Exercise instructions:
Only the lines from the start of the entries up to and including the line with "storey_placement = place(building_placement, origin_with_axes())" should be written out, exactly as they stand.

Entries shown:
::::::

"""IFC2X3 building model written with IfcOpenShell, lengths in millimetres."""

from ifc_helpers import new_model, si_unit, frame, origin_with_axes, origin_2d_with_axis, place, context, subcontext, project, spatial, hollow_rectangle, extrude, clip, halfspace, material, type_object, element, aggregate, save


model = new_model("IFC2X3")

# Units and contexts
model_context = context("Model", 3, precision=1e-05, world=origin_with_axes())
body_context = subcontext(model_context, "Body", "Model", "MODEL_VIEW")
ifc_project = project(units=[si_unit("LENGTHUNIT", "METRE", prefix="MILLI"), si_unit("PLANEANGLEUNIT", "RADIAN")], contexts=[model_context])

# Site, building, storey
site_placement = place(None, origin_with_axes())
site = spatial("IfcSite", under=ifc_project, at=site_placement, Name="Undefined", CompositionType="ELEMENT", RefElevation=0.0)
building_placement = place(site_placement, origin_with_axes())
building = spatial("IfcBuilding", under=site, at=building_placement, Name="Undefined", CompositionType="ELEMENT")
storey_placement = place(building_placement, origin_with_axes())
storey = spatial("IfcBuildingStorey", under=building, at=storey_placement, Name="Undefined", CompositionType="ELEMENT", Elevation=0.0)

::::::

Exercise output:
"""IFC2X3 building model written with IfcOpenShell, lengths in millimetres."""

from ifc_helpers import new_model, si_unit, frame, origin_with_axes, origin_2d_with_axis, place, context, subcontext, project, spatial, hollow_rectangle, extrude, clip, halfspace, material, type_object, element, aggregate, save


model = new_model("IFC2X3")

# Units and contexts
model_context = context("Model", 3, precision=1e-05, world=origin_with_axes())
body_context = subcontext(model_context, "Body", "Model", "MODEL_VIEW")
ifc_project = project(units=[si_unit("LENGTHUNIT", "METRE", prefix="MILLI"), si_unit("PLANEANGLEUNIT", "RADIAN")], contexts=[model_context])

# Site, building, storey
site_placement = place(None, origin_with_axes())
site = spatial("IfcSite", under=ifc_project, at=site_placement, Name="Undefined", CompositionType="ELEMENT", RefElevation=0.0)
building_placement = place(site_placement, origin_with_axes())
building = spatial("IfcBuilding", under=site, at=building_placement, Name="Undefined", CompositionType="ELEMENT")
storey_placement = place(building_placement, origin_with_axes())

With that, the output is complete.